**DATA EXTRACTS**
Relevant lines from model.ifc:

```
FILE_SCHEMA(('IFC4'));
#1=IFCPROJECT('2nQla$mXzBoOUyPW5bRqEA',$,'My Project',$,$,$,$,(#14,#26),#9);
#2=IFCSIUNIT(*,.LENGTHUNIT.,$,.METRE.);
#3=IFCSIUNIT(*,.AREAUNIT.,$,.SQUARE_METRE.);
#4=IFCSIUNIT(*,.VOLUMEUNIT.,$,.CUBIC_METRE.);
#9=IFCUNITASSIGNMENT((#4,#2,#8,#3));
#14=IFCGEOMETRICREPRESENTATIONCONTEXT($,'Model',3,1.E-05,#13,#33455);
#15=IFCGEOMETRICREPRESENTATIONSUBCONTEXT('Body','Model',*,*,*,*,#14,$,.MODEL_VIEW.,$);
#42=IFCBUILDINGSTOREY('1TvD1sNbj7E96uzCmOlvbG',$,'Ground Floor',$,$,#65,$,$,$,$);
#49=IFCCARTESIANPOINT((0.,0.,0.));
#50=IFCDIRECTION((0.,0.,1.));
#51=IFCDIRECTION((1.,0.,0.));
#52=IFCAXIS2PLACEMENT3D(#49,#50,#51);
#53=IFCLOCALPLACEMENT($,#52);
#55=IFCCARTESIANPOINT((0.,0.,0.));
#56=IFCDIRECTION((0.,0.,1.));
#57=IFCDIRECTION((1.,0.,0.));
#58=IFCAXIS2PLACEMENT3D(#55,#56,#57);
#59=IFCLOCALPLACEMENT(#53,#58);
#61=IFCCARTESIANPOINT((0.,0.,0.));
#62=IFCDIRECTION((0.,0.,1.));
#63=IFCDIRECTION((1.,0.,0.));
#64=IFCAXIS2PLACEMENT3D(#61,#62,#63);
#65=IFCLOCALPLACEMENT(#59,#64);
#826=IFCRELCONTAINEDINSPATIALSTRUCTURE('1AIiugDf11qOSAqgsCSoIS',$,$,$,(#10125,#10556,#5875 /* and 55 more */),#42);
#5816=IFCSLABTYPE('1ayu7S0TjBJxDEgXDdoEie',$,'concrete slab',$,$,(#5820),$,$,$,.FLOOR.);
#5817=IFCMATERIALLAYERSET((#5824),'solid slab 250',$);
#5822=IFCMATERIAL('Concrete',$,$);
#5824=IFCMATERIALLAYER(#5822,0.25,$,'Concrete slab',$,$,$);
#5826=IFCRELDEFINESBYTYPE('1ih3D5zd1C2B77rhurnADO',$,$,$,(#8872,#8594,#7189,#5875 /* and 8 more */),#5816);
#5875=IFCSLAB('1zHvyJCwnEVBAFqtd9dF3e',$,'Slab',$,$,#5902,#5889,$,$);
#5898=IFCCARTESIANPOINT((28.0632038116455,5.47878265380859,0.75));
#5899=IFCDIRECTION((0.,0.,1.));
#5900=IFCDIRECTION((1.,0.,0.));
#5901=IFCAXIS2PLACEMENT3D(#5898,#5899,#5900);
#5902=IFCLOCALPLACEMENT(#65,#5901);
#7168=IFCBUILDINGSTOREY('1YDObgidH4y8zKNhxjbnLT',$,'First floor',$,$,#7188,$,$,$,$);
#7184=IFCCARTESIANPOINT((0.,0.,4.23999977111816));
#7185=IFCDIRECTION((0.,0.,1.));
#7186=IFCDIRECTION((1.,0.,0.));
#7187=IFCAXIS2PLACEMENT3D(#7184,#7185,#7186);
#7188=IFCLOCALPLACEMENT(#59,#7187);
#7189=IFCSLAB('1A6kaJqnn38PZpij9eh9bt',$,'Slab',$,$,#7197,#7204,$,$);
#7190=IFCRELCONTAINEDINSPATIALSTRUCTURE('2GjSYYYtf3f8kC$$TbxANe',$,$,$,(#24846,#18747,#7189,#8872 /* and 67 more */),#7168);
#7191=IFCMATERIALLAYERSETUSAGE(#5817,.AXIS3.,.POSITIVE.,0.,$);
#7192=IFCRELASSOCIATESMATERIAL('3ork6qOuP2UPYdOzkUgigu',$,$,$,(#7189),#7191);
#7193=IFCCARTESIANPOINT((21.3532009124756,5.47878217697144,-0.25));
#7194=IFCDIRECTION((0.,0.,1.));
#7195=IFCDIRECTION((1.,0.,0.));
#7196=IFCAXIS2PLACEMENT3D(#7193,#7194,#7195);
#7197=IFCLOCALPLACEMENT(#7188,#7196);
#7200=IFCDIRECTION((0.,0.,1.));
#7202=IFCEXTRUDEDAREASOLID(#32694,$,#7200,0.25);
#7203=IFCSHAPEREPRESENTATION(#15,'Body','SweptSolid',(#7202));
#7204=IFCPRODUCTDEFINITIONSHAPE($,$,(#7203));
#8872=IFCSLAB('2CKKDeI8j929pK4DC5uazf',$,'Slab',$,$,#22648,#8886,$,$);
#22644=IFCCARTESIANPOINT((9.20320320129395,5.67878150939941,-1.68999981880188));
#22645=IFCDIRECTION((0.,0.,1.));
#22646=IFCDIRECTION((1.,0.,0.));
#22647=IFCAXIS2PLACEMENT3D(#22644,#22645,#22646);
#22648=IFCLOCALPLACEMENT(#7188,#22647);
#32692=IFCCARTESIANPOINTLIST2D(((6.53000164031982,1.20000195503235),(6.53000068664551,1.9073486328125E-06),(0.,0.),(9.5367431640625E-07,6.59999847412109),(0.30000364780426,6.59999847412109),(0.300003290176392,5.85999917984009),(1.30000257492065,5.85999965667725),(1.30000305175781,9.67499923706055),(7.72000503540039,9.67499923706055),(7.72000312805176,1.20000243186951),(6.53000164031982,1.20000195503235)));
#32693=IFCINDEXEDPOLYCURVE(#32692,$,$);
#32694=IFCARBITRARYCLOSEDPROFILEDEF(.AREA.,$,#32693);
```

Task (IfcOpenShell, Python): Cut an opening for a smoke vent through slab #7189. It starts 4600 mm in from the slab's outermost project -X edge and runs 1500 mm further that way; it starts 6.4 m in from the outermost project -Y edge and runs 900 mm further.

```python
import numpy as np
import ifcopenshell
import ifcopenshell.api.feature
import ifcopenshell.api.geometry
import ifcopenshell.api.root
import ifcopenshell.geom
import ifcopenshell.util.placement
import ifcopenshell.util.representation
import ifcopenshell.util.shape
import ifcopenshell.util.unit

model = ifcopenshell.open("model.ifc")
unit_scale = ifcopenshell.util.unit.calculate_unit_scale(model)
settings = ifcopenshell.geom.settings()


def volume(element):
    """Net volume in cubic metres, openings subtracted."""
    shape = ifcopenshell.geom.create_shape(settings, element)
    return ifcopenshell.util.shape.get_volume(shape.geometry)


slab = model.by_guid("1A6kaJqnn38PZpij9eh9bt")
before = volume(slab)

# Extent in the slab's own axes, in metres. The edges named are its -X and -Y sides.
slab_shape = ifcopenshell.geom.create_shape(settings, slab)
vertices = ifcopenshell.util.shape.get_vertices(slab_shape.geometry)
x_min, y_min, bottom = vertices.min(axis=0)
top = vertices[:, 2].max()

opening = ifcopenshell.api.root.create_entity(model, ifc_class="IfcOpeningElement", name="Smoke vent opening", predefined_type="OPENING")
context = ifcopenshell.util.representation.get_context(model, "Model", "Body", "MODEL_VIEW")
width, depth = 1.5, 0.9
outline = [(0.0, 0.0), (width, 0.0), (width, depth), (0.0, depth), (0.0, 0.0)]
# Overshoot both faces by 50 mm so the cut is clean.
shape = ifcopenshell.api.geometry.add_slab_representation(
    model, context=context, depth=top - bottom + 0.1, polyline=outline
)
ifcopenshell.api.geometry.assign_representation(model, product=opening, representation=shape)

matrix = ifcopenshell.util.placement.get_local_placement(slab.ObjectPlacement)
matrix[:, 3] = matrix @ np.append(np.array([x_min + 4.6, y_min + 6.4, bottom - 0.05]) / unit_scale, 1.0)
ifcopenshell.api.geometry.edit_object_placement(model, product=opening, matrix=matrix, is_si=False)
ifcopenshell.api.feature.add_feature(model, feature=opening, element=slab)

after = volume(slab)

print(f"slab volume {before:.3f} -> {after:.3f} m3")

model.write("model_rev.ifc")
```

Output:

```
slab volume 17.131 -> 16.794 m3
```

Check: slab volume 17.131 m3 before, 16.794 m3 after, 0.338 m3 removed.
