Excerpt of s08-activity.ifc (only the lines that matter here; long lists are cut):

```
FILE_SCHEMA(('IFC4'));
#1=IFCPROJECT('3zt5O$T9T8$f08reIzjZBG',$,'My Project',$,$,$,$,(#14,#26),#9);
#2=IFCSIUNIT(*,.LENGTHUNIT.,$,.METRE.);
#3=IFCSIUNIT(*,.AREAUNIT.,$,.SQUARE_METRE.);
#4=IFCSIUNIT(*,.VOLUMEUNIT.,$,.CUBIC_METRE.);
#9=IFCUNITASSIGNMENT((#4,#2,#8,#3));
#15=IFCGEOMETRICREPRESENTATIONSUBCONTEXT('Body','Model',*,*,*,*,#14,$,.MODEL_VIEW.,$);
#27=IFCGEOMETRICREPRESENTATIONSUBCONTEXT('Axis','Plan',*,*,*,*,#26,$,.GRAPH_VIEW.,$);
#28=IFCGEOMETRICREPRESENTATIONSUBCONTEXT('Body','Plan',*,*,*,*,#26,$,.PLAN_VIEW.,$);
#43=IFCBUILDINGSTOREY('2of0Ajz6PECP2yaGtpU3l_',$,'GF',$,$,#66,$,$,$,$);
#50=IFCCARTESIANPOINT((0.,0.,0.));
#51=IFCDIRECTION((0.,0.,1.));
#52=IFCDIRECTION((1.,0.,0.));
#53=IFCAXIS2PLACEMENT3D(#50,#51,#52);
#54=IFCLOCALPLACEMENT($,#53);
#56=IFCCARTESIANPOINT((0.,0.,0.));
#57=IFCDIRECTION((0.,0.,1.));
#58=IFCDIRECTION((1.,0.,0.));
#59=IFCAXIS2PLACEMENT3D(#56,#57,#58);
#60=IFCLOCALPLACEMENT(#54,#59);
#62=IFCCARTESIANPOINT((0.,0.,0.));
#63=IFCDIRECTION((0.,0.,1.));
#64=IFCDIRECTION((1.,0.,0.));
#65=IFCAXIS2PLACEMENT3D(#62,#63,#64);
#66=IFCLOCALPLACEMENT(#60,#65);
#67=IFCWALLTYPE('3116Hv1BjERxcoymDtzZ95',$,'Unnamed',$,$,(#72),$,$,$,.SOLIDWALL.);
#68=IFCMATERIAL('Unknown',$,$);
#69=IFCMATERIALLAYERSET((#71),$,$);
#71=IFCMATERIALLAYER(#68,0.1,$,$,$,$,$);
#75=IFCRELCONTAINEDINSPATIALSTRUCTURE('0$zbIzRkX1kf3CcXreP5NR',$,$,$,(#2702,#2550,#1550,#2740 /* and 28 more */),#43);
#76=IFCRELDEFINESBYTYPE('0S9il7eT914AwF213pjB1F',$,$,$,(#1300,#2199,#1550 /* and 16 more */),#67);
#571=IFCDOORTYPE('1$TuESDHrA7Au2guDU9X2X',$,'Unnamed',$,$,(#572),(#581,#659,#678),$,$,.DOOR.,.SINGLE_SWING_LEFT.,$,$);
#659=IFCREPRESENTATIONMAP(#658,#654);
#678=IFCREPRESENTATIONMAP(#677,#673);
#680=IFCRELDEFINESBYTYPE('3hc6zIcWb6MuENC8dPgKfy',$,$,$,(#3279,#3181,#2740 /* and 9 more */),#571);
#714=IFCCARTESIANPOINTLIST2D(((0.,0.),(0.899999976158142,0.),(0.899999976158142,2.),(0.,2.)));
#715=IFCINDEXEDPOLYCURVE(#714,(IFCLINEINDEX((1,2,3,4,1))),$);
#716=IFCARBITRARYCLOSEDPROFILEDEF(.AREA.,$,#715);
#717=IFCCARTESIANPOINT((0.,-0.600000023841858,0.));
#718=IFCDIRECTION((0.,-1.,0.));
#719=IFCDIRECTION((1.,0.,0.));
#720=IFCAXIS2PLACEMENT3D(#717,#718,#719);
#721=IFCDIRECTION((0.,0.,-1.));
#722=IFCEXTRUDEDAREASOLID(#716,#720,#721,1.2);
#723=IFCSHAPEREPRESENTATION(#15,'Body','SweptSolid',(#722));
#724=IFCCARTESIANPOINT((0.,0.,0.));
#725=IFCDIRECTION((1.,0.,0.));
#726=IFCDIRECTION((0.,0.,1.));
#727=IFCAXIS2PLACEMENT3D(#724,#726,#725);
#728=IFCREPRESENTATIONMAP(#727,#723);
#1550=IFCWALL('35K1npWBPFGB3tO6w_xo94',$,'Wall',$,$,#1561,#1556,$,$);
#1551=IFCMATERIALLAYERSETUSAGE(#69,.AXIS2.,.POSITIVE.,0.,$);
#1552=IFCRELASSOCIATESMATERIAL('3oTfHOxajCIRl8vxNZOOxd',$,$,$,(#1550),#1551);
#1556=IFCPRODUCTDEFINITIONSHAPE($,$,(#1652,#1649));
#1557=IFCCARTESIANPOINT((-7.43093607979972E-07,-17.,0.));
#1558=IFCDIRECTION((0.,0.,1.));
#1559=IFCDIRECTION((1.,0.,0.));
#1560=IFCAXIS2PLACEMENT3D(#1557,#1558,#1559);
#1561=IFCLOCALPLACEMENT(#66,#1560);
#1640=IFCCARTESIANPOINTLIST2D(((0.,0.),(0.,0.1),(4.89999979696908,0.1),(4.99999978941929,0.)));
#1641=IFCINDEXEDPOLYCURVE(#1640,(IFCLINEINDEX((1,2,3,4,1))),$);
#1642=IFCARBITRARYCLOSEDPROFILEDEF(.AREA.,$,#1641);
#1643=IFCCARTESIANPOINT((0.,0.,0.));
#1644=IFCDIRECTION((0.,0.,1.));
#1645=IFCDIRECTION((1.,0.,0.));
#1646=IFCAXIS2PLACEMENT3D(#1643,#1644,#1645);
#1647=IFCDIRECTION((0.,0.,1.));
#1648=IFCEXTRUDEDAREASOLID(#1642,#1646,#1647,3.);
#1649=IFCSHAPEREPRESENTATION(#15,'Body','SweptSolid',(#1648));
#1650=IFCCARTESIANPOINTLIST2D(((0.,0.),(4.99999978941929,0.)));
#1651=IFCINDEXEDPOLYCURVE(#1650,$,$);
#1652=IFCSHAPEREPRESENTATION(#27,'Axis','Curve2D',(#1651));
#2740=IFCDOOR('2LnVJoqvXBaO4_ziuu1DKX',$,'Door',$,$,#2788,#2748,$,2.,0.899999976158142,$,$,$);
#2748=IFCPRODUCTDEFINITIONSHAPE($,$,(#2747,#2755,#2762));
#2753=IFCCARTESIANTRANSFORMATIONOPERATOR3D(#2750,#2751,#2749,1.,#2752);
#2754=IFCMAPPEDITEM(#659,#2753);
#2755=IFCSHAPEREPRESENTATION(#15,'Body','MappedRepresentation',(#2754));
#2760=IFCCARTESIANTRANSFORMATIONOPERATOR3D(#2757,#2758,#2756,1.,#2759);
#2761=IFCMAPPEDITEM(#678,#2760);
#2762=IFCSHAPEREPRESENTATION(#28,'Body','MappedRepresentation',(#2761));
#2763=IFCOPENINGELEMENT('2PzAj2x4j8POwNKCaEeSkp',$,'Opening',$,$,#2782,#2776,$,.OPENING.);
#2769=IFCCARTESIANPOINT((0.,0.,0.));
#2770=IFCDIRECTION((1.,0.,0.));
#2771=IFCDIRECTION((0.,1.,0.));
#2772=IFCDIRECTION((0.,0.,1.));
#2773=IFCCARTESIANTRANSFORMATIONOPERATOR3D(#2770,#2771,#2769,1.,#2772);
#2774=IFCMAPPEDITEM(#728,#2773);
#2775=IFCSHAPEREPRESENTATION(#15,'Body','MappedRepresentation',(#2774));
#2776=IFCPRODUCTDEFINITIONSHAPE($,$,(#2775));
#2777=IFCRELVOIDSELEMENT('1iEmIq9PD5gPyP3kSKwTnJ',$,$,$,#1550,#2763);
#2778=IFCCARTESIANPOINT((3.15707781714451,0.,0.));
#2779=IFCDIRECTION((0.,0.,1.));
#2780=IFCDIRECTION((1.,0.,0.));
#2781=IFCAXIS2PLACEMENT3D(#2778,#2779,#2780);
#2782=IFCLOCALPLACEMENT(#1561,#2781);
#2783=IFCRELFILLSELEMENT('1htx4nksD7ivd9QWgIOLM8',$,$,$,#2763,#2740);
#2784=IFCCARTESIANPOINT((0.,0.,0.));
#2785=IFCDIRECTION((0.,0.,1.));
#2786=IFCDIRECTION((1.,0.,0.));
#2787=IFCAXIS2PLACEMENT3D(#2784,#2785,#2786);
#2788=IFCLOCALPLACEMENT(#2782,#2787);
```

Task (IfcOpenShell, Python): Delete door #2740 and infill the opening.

```python
import ifcopenshell
import ifcopenshell.api.feature
import ifcopenshell.api.root
import ifcopenshell.geom
import ifcopenshell.util.shape

model = ifcopenshell.open("s08-activity.ifc")
settings = ifcopenshell.geom.settings()


def volume(element):
    """Net volume in cubic metres, openings subtracted."""
    shape = ifcopenshell.geom.create_shape(settings, element)
    return ifcopenshell.util.shape.get_volume(shape.geometry)


door = model.by_guid("2LnVJoqvXBaO4_ziuu1DKX")
opening = door.FillsVoids[0].RelatingOpeningElement
wall = opening.VoidsElements[0].RelatingBuildingElement
before = volume(wall)

ifcopenshell.api.root.remove_product(model, product=door)
ifcopenshell.api.feature.remove_feature(model, feature=opening)

after = volume(wall)

print(f"wall volume {before:.3f} -> {after:.3f} m3")

model.write("s08-activity_edited.ifc")
```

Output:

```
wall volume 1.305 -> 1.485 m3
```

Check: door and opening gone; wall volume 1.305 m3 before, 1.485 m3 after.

**WHAT YOU SHOULD DO**
Only the lines with the string "IFCPROJECT" are wanted; pick them out of the records above and copy them.

**FINISHED TASK**
#1=IFCPROJECT('2nQla$mXzBoOUyPW5bRqEA',$,'My Project',$,$,$,$,(#14,#26),#9);
#1=IFCPROJECT('3zt5O$T9T8$f08reIzjZBG',$,'My Project',$,$,$,$,(#14,#26),#9);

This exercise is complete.